- Poster for the original production
- Written by: Martin McDonagh
- Original language: English
- Subject: Hans Christian Andersen
- Setting: Copenhagen, Denmark

Premiere
- Date premiered: 19 October 2018
- Place premiered: Bridge Theatre, London

= A Very Very Very Dark Matter =

2018 play by Martin McDonagh

A Very Very Very Dark Matter is a 2018 play by Martin McDonagh.

== Production history ==
The play made its world premiere the Bridge Theatre in London from 19 October 2018 (previews from 12 October) to 6 January 2019. The production starred:

- Jim Broadbent as Hans Christian Andersen
- Johnetta Eula’Mae Ackles as Marjory
- Phil Daniels as Charles Dickens
- Elizabeth Berrington as Catherine Dickens
- Lee Knight as Edvard
- Ryan Pope as Dirk
- Tom Waits as Narrator
- Paul Bradley as Press Man
- Graeme Hawley as Barry
- Kundai Kanyama as Ogechi
- Jamie McKie, Alice Selwyn, Anthony Taylor as Crowd
- Alistair Benson, Noah Brignull, James Roberts as Charles Jr
- Audrey Hayhurst, Amelia Walter, Annabelle Westenholz-Smith as Kate / Ingrid
- Regan Garcia, Leo Hart, Austin Taylor as Walter

It was directed by Matthew Dunster, designed by Anna Fleischle with lighting by Phillip Gladwell, sound by George Dennis and video by Finn Ross.

== Reception ==

The play received mixed reviews from critics. Writing for Variety, Matt Trueman wrote "McDonagh’s play feels like set pieces and comic sketches taped together. Very, very, very dark?
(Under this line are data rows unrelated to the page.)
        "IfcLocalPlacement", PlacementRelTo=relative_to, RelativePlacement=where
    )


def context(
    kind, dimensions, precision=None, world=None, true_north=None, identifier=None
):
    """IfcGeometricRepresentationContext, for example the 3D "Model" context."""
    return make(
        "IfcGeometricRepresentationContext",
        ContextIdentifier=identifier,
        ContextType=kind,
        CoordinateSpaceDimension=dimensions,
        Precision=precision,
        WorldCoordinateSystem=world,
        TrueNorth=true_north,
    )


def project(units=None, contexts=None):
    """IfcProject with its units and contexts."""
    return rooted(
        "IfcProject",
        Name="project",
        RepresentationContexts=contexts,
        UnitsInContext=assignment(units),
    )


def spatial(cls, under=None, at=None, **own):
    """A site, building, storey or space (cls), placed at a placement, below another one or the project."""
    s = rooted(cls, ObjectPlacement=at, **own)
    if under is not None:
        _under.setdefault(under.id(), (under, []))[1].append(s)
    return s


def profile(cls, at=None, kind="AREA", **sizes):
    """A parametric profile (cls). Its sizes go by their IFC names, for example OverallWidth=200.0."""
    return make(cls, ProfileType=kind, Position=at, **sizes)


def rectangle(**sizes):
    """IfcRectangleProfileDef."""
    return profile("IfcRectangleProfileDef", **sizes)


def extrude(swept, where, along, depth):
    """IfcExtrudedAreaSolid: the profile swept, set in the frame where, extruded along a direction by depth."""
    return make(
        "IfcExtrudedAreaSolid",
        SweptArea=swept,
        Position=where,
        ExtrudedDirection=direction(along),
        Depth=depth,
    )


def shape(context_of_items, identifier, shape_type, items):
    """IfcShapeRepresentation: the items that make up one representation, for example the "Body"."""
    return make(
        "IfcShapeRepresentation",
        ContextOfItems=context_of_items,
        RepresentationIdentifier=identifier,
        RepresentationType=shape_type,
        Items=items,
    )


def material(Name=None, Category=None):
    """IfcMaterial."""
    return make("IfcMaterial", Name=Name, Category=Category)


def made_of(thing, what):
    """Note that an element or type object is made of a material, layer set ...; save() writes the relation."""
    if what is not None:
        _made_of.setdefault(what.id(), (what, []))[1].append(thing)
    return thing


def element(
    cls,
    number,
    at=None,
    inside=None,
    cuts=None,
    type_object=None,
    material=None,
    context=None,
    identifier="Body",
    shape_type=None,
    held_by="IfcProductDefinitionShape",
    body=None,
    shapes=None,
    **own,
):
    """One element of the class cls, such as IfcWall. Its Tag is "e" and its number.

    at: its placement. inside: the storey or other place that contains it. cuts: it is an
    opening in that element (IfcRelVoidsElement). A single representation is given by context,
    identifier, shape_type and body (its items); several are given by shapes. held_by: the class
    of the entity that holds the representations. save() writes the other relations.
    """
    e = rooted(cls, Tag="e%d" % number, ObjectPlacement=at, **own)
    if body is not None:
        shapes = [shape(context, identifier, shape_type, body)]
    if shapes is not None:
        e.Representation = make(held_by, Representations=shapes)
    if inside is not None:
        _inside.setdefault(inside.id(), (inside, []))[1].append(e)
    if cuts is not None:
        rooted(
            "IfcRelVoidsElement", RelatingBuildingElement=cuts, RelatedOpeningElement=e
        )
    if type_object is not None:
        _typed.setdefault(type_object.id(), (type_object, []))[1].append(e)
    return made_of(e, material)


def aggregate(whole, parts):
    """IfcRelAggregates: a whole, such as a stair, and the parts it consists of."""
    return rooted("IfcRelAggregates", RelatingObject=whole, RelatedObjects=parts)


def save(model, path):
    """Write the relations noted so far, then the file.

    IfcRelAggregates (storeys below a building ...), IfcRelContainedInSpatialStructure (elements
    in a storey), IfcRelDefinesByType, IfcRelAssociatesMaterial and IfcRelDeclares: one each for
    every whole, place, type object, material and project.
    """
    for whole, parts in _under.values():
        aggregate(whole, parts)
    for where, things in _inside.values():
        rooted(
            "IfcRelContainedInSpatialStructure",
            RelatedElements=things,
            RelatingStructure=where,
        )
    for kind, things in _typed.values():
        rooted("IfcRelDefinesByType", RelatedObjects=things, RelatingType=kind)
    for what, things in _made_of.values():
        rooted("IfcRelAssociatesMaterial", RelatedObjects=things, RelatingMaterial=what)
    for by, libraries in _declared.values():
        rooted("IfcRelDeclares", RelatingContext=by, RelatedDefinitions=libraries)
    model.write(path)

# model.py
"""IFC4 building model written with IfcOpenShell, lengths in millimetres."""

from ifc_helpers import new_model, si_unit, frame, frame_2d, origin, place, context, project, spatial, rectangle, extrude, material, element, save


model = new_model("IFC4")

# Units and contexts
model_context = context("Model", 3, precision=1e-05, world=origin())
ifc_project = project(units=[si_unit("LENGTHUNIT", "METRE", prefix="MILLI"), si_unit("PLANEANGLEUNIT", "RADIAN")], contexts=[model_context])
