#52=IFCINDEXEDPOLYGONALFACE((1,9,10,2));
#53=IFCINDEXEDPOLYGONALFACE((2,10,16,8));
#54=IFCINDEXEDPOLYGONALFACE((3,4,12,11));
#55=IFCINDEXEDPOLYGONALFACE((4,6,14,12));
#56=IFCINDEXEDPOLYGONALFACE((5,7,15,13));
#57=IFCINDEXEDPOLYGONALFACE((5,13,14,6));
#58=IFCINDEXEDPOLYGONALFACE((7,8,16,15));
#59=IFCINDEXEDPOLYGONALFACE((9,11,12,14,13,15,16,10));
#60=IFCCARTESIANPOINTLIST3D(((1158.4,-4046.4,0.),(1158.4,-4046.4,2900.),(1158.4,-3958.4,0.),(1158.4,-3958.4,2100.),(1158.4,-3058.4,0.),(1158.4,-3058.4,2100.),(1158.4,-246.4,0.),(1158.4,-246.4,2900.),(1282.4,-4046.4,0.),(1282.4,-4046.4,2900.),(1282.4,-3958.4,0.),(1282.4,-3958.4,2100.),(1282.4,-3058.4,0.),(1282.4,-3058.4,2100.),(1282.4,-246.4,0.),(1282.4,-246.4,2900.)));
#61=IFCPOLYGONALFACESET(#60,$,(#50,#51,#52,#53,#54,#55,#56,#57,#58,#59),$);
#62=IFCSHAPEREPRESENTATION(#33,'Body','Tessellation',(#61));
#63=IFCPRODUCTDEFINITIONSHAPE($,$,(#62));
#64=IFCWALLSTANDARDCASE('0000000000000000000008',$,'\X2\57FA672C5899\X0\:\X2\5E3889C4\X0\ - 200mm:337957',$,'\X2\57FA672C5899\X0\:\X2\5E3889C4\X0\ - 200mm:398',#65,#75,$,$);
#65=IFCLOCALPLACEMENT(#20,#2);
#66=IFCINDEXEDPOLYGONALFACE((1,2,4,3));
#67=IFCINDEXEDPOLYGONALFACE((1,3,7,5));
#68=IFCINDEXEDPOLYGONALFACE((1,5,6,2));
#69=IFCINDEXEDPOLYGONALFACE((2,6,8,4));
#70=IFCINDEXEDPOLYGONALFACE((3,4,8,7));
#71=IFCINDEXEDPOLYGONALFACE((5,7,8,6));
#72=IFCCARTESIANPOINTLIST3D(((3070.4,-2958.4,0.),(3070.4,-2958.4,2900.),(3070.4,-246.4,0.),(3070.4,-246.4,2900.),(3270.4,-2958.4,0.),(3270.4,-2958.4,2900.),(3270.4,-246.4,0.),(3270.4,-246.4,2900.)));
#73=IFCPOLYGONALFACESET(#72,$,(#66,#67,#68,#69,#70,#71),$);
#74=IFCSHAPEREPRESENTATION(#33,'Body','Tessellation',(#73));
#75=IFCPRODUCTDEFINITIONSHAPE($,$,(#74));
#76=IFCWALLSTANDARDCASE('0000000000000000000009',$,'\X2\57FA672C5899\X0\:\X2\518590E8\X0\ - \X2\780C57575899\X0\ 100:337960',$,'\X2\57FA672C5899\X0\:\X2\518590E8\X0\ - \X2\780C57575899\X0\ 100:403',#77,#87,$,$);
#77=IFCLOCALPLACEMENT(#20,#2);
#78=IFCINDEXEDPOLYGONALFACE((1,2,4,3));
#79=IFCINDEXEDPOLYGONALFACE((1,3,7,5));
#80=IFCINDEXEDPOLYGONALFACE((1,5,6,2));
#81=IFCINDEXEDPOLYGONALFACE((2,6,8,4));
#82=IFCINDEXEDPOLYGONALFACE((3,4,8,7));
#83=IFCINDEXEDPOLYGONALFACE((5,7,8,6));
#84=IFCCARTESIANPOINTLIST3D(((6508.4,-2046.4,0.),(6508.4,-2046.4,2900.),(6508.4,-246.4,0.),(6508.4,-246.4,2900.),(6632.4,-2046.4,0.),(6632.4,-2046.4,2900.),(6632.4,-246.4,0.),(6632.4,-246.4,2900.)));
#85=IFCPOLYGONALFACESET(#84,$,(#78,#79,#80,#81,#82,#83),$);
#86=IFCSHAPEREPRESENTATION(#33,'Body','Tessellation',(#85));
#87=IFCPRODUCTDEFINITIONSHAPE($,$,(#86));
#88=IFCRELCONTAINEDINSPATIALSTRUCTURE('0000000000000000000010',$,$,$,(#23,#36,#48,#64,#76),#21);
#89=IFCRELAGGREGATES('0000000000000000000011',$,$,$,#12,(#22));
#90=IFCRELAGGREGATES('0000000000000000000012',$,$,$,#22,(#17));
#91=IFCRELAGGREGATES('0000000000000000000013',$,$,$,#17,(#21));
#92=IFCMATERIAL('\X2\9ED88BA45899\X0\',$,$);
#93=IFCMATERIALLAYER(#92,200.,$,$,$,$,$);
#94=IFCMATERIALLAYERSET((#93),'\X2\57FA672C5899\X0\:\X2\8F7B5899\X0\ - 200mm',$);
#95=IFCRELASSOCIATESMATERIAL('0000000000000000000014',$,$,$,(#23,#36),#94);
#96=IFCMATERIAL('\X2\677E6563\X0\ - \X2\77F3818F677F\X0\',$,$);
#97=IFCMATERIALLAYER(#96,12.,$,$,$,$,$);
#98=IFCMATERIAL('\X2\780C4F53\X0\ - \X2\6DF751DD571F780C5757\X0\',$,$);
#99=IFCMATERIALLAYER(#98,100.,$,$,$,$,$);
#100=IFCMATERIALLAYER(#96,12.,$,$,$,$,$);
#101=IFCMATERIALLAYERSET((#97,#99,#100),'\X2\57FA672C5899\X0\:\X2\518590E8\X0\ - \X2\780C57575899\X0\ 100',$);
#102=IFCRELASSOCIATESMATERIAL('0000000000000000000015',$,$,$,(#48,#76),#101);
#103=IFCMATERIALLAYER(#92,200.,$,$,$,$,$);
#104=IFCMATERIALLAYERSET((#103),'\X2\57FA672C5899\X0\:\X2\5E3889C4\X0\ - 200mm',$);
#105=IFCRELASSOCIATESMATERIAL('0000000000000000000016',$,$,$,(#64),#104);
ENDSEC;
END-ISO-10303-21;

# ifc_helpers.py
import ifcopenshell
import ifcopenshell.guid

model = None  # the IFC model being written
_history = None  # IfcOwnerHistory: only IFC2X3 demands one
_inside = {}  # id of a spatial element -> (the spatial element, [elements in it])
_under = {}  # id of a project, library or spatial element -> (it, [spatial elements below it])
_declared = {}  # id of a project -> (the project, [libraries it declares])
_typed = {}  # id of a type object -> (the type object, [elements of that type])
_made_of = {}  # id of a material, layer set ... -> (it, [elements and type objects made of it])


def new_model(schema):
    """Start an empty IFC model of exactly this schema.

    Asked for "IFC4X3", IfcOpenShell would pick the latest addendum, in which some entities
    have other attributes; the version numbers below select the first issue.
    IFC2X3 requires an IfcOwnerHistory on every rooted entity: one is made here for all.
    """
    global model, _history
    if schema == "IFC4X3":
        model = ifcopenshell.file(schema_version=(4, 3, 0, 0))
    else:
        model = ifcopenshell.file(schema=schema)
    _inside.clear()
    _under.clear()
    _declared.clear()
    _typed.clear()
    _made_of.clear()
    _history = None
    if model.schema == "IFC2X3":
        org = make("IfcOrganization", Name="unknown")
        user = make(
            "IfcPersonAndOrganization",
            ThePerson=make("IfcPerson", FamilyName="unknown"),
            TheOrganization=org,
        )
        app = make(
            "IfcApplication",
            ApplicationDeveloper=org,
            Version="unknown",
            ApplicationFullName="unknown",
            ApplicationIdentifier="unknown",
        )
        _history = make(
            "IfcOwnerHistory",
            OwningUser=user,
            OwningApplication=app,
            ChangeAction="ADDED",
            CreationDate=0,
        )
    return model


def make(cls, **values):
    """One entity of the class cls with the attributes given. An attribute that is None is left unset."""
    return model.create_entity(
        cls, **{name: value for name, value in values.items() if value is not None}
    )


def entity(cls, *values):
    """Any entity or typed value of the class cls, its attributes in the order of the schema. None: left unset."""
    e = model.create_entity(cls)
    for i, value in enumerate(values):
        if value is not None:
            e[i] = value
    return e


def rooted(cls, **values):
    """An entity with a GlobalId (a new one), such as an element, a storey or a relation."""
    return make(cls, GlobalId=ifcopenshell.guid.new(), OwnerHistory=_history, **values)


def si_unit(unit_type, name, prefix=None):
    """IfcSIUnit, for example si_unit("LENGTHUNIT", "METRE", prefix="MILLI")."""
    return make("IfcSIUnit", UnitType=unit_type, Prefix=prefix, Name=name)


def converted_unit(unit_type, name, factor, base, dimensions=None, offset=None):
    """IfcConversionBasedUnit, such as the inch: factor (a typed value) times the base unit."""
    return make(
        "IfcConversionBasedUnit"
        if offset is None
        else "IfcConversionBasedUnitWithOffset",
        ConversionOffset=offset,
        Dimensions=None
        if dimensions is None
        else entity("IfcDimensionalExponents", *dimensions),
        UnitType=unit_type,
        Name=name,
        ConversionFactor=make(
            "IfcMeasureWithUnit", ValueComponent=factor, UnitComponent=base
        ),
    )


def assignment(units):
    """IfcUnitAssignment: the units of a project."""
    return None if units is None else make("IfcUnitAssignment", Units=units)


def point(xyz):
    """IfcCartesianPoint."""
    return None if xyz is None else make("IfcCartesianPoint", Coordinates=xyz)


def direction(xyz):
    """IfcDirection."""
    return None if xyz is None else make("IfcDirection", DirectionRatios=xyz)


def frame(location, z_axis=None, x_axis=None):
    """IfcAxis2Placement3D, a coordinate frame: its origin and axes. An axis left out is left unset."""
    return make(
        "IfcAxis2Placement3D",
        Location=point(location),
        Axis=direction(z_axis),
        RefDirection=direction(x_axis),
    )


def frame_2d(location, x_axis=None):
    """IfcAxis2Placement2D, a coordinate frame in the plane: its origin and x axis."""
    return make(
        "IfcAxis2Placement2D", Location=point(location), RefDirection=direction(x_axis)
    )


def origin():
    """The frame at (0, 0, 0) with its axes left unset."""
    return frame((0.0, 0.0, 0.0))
Maybe — but lacking in matter." In her review for The Hollywood Reporter, Leslie Felperin wrote "this satirical slap at long-dead literary figures feels oddly toothless in the end, no more germane than a weak Saturday Night Live skit." Henry Hitchings awarded the play 2 stars in his review for The Standard, sharing that "despite a handful of smart jokes, this strenuously dark matter proves unsatisfying — and too obviously eager to test the boundaries of what audiences find offensive." Andrzej Lukowski of Time Out opined "‘A Very Very Very Dark Matter’ is a car crash in many respects, but the actual production has a sort of malevolent brio that lingers long after you’ve given up trying to figure out what McDonagh was on when he wrote it." Michael Billington of The Guardian was more positive in his review, awarding it 4 stars and sharing "For me, it confirms that McDonagh is a genuine original with a talent to disturb." In another 4-star review for the BBC, Will Gompertz wrote that it "is not as creepy or harrowing as McDonagh's earlier play The Pillowman, which you could argue is a companion piece. But it does make you think."